Ben read on. ‘It takes at least twenty-four hours to silence monkey brain. A period of nourishing silence and reflection settles the mind, body and soul. Our aim will be to discover a beautiful state that Buddhism calls “noble silence”.

‘So we’re just going to spend the next five days avoiding eye contact and not talking?’ said Jessica. ‘Even when we’re alone in our room?’

‘It’s not like we don’t have any experience with that,’ said Ben.

‘Very funny,’ said Jessica. ‘Give me that.’

She took the letter and read. ‘During the silence we request that you walk slowly and mindfully, with intention, heel to toe, about the property, while avoiding eye contact and conversation. If you must communicate with a staff member, please come to reception and follow the instructions on the laminated blue card. There will be guided meditation sessions – both walking and sitting – throughout each day. Please listen for the bells.

She put the letter down. ‘This is going to be so freaky. We’ll have to eat with strangers in total silence.’

‘Better than boring small talk, I guess,’ said Ben. He looked at her. ‘Do you want to do it properly? We could talk here in our room and nobody would ever know.’

Jessica thought about it.

‘I think we should do it properly,’ she said. ‘Don’t you? Even if it sounds stupid, we should just follow the rules and do whatever they say.’

‘Fine with me,’ said Ben. ‘As long as they don’t tell me to jump off a cliff.’ He scratched his neck. ‘I don’t get what we’re going to do here.’

‘I told you,’ said Jessica. ‘Meditate. Yoga. Exercise classes.’

‘Yeah,’ said Ben. ‘But in between all that. If we can’t talk or watch TV, what will we do?’

‘It will be hard without screens,’ said Jessica. She thought she was going to miss social media more than coffee.

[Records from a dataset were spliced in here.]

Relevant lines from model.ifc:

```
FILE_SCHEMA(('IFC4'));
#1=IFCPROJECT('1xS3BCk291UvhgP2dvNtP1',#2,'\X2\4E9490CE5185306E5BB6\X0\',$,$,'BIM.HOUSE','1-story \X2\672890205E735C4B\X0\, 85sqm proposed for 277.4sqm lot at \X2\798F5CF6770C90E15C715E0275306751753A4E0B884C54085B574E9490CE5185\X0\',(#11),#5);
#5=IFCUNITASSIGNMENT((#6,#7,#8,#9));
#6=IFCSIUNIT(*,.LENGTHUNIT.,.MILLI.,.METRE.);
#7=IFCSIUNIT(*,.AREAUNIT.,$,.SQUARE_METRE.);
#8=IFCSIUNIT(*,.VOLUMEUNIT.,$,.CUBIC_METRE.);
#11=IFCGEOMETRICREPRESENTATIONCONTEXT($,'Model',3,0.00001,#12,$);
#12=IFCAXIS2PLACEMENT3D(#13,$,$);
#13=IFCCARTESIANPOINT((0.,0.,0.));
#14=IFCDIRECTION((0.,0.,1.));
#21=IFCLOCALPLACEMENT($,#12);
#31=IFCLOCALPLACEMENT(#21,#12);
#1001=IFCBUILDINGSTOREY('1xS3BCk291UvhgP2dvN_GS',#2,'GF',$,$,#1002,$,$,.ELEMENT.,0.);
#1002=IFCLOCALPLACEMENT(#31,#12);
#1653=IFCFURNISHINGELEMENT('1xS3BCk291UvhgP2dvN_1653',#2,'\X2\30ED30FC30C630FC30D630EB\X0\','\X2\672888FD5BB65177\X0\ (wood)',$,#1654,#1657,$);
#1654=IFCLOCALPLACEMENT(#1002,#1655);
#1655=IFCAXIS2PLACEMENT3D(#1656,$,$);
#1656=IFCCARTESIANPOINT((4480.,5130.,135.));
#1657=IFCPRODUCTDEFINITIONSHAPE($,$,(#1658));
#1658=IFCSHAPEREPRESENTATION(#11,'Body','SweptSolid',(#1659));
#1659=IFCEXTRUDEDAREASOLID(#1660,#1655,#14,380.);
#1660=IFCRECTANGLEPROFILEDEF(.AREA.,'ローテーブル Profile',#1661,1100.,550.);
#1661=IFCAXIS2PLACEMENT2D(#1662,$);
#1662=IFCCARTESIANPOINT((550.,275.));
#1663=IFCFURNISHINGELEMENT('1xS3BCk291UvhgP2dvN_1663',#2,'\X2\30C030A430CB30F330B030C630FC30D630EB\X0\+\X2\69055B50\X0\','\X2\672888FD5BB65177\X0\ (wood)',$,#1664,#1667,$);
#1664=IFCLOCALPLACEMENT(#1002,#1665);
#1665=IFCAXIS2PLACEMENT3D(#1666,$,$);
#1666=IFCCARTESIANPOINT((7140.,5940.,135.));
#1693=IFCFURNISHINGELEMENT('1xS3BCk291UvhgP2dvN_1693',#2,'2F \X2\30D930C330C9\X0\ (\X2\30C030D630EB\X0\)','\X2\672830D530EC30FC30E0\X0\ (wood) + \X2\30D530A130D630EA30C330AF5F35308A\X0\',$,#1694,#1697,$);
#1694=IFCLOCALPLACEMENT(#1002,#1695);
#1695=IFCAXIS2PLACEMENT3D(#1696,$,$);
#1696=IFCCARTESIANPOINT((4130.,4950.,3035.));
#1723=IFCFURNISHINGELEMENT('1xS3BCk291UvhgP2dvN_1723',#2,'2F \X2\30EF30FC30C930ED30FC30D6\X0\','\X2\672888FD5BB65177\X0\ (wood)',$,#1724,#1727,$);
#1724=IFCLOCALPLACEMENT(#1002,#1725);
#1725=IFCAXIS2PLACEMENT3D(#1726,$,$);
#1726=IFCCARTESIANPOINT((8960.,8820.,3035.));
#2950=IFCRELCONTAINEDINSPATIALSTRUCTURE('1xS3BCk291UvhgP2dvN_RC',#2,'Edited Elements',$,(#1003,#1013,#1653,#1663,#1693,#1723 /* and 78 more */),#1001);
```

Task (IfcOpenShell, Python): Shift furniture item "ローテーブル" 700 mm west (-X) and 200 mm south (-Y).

```python
import ifcopenshell
import ifcopenshell.api.geometry
import ifcopenshell.util.placement

model = ifcopenshell.open("model.ifc")

item = model.by_guid("1xS3BCk291UvhgP2dvN_1653")
matrix = ifcopenshell.util.placement.get_local_placement(item.ObjectPlacement)
matrix[0, 3] -= 700.0
matrix[1, 3] -= 200.0
ifcopenshell.api.geometry.edit_object_placement(model, product=item, matrix=matrix, is_si=False)

print(ifcopenshell.util.placement.get_local_placement(item.ObjectPlacement).round(3) + 0.0)

model.write("model_edited.ifc")
```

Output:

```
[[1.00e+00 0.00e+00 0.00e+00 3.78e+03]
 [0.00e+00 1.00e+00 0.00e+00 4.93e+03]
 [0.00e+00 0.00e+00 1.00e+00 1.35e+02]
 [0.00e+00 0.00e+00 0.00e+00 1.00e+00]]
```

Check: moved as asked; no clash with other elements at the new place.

She looked again at the letter. ‘The silence begins when the bell rings three times.’ She looked at the clock in the room. ‘We’ve got half an hour left where we’re allowed to talk.’

Or touch, she thought.

They looked at each other.

Neither spoke.

‘So the silence shouldn’t be too hard for us then,’ said Ben.

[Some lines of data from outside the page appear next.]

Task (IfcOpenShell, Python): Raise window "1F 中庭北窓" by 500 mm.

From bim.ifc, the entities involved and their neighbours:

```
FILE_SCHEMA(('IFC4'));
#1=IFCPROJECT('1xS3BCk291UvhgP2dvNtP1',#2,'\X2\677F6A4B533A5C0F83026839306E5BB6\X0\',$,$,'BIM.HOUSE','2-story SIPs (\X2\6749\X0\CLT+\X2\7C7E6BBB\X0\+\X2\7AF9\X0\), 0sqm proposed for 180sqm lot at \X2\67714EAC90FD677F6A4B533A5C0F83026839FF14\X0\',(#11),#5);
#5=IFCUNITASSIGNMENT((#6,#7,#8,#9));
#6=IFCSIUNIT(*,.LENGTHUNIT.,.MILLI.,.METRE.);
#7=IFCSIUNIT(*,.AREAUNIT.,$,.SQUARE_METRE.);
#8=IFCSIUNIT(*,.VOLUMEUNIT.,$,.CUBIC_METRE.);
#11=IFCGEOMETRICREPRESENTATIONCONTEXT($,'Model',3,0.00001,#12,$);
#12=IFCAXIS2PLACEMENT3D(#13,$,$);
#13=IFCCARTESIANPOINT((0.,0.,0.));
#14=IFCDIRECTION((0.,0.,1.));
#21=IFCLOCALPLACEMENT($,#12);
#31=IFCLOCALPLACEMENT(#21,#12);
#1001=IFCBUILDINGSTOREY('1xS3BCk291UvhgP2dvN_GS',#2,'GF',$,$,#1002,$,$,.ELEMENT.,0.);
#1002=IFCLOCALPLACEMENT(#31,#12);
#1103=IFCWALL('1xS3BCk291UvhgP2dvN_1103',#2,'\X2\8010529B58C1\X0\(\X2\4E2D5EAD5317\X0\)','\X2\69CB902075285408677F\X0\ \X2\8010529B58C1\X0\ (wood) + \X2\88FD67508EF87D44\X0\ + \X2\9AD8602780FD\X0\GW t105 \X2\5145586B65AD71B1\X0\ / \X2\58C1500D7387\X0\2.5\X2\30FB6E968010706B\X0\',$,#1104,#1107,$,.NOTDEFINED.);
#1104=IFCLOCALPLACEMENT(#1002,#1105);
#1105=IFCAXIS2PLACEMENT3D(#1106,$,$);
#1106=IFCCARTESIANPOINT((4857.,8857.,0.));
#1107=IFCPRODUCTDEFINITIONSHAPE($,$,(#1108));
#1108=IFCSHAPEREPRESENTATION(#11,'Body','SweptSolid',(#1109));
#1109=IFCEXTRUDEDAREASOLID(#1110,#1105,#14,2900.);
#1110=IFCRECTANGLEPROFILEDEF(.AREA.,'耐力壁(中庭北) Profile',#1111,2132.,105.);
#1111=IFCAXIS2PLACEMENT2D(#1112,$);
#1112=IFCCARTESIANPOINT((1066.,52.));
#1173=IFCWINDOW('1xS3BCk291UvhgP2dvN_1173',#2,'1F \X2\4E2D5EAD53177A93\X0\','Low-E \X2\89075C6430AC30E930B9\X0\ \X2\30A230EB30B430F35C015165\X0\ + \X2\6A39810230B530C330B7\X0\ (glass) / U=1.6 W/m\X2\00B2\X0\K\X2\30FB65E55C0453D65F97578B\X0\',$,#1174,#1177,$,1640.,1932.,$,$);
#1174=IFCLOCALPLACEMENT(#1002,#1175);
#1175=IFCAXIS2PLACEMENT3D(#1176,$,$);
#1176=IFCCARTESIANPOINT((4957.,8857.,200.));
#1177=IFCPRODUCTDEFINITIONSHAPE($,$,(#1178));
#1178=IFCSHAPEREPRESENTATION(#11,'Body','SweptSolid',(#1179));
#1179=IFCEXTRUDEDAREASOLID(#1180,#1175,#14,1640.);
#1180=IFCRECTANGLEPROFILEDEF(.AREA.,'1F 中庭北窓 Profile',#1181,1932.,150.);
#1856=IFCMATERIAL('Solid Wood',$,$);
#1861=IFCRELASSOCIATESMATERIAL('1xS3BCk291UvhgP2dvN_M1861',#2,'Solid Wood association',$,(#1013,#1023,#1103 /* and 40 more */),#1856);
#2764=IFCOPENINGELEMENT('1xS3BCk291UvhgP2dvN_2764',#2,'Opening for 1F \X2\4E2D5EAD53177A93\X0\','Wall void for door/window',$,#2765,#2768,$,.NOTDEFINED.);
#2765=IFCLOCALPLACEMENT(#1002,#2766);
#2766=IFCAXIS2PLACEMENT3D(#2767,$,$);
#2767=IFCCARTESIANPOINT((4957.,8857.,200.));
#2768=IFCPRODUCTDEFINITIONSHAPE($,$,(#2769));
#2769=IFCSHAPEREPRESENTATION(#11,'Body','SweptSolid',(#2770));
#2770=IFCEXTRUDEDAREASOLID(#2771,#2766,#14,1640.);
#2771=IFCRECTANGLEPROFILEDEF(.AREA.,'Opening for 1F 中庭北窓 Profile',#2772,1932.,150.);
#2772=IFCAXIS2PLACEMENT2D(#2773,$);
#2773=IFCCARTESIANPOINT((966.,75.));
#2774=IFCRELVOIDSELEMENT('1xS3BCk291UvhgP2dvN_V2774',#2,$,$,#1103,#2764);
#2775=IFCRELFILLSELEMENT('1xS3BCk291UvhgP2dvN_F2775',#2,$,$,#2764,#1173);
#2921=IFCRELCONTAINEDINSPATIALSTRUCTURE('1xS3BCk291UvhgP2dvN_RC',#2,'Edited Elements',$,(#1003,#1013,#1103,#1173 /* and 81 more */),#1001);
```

```python
import numpy as np
import ifcopenshell
import ifcopenshell.api.geometry
import ifcopenshell.util.placement
import ifcopenshell.util.unit

model = ifcopenshell.open("bim.ifc")
unit_scale = ifcopenshell.util.unit.calculate_unit_scale(model)

window = model.by_guid("1xS3BCk291UvhgP2dvN_1173")
opening = window.FillsVoids[0].RelatingOpeningElement
dz = 0.5 / unit_scale

shift = np.array([0.0, 0.0, dz])
# The window is not placed relative to its opening, so move both.
for product in (opening, window):
    matrix = ifcopenshell.util.placement.get_local_placement(product.ObjectPlacement)
    matrix[:3, 3] += shift
    ifcopenshell.api.geometry.edit_object_placement(model, product=product, matrix=matrix, is_si=False)

print(f"moved by {dz * unit_scale:+.3f} m")

model.write("bim-out.ifc")
```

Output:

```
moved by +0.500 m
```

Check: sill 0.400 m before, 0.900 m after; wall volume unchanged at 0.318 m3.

Jessica laughed, but Ben didn’t smile.

Why weren’t they having sex right now? Wasn’t that what they once would have done? Without even talking about it?

She should say something. Do something. He was her husband. She could touch him.

But a tiny fear had trickled into her head late last year and now she couldn’t get rid of it. It was something about the way he looked at her, or didn’t look at her; a clenching of his jaw.

The thought was this: He doesn’t love me anymore.

It seemed so ironic that he could fall out of love with her now, when she had never looked so good. Over the last year she had invested a lot of time and money, and a fair amount of pain, in her body. She had done everything there was to do: her teeth, her hair, her skin, her lips, her boobs. Everyone said the results were amazing. Her Instagram account was filled with comments like: You look so HOT, Jessica! and You look better and better every time I see you. The only person without anything positive to say was her own husband, and if he didn’t find her attractive now, when she was her very best self, then he must never have found her attractive. He must have been faking it all along. Why did he even marry her?

Touch me, she thought, and in her head it was an anguished wail. Please, please touch me.

But all he did was stand up and walk back over to the fruit bowl. ‘The mandarins look good.’